5. Sweep this database as -- gfix -user SYSDBA -password masterkey MyDB.XXX -sweep (I will take the sweep out from my process as it is not needed)
6. Backup this database as -- gbak -v -t -user SYSDBA -password masterkey MyDB.XXX MyDB.XXX.FBK
7. Restore this into new Firebird database as -- gbak -v -c -p 4096 -user SYSDBA -password masterkey MyDB.XXX.FBK MyDB_1.XXX
8. Resweep as -- gfix -user SYSDBA -password masterkey MyDB_1.XXX -sweep
9. Backup again as -- gbak -v -t -user SYSDBA -password masterkey MyDB_1.XXX MyDB_1.XXX.FBK
10. Restore again into new database -- gbak -v -c -p 4096 -user SYSDBA -password masterkey MyDB_1.XXX.FBK MyDB_2.XXX
The size of MyDB.XXX was ~500MB.
The size of MyDB_1.XXX was ~470MB.
The size of MyDB_2.XXX was ~350MB.
I verified the schema as it was the same in all the databases. I will verify if the restore has not been done properly for data, but I have been able to reproduce this on different PCs. The size remained exact the same, however, for each databases in different PCs.
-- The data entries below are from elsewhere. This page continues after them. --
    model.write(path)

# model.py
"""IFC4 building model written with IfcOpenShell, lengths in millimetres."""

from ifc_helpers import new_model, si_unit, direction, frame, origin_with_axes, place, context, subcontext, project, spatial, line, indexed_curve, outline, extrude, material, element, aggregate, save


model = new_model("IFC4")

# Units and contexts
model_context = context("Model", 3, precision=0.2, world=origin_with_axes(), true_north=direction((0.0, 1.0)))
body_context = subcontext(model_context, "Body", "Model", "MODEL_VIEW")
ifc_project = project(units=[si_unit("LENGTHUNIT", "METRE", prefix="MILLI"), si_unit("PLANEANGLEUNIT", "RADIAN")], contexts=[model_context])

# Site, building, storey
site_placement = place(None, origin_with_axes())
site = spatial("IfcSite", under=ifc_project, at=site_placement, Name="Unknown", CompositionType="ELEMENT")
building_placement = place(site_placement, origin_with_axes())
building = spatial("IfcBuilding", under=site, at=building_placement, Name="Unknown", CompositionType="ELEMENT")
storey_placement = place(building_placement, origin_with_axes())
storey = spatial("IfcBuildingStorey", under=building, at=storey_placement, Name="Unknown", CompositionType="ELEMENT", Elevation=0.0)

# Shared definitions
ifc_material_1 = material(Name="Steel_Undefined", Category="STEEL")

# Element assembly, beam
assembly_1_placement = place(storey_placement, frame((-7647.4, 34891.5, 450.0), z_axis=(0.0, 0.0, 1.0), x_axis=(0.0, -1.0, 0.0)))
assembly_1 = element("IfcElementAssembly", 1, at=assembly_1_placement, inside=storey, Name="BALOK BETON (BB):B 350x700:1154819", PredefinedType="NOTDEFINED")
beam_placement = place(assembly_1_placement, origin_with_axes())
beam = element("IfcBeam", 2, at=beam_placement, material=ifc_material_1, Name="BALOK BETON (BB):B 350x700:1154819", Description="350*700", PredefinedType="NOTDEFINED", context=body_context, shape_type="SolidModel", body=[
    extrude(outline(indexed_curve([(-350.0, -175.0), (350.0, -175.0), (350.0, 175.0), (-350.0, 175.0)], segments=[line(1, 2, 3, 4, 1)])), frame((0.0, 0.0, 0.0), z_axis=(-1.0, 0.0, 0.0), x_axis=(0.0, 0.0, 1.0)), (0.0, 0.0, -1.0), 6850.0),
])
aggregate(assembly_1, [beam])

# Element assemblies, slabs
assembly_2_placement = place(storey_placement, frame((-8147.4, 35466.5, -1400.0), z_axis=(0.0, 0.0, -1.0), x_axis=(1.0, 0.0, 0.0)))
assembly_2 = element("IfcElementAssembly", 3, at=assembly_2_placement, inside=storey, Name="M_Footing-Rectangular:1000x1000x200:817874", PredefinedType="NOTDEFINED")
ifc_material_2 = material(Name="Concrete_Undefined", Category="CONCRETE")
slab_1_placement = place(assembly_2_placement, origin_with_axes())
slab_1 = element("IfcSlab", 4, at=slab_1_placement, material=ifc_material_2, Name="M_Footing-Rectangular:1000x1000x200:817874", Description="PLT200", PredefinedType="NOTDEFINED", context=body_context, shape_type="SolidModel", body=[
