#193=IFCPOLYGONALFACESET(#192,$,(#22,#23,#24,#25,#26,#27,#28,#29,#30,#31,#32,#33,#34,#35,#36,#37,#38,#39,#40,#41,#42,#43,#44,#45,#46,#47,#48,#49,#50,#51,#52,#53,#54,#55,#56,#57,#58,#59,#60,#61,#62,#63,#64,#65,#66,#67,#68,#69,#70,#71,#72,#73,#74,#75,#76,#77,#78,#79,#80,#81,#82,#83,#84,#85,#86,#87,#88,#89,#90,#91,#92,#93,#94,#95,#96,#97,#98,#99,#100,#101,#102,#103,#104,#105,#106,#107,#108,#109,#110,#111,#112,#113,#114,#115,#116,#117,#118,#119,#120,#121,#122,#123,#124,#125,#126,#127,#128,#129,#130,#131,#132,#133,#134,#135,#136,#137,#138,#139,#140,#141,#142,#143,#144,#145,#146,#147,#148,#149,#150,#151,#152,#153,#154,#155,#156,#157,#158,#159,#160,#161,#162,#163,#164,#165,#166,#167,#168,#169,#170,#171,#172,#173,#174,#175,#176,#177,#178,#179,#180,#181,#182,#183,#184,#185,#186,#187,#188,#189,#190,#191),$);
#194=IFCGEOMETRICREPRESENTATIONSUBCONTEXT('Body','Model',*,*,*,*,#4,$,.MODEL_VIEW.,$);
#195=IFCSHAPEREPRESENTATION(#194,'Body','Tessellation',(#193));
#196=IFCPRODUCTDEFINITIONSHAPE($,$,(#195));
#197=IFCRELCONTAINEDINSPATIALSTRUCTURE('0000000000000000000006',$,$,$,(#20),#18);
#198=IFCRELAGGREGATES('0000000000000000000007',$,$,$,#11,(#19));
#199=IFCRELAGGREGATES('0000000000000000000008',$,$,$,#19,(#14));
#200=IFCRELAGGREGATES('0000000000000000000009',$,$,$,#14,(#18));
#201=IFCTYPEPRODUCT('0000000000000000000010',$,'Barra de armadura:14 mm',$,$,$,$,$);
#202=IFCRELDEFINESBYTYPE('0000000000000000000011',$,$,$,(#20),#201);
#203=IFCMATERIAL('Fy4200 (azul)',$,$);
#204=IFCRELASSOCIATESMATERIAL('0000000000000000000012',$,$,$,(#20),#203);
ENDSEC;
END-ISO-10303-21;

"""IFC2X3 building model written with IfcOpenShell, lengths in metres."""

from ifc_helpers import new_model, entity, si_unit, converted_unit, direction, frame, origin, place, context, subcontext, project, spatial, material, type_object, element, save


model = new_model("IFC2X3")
Please let me know if I am missing anything.
Regards,
Niben
Helen Borrie <helebor@...> wrote: At 03:21 PM 14/04/2008, you wrote:
1. If you perform a gbak backup WITH garbage collection (the default) it does what sweep does, anyway. So sweeping as a precursor to routine backup is pointless.
2. If you perform a backup with the -g switch, the gbak process won't do any GC. Use the -g switch when you do a backup in exclusive mode with the intention of restoring it immediately without putting the database back online between the operations.
3. No form of garbage collection - either by sweeping, by backing up or by the routine GC that goes on all the time - will free up disk space and reduce the size of the database file.
4. Backup never saves old record versions. It reads the data from the latest committed version of each table as it stood at the start of the snapshot transaction in which the process runs.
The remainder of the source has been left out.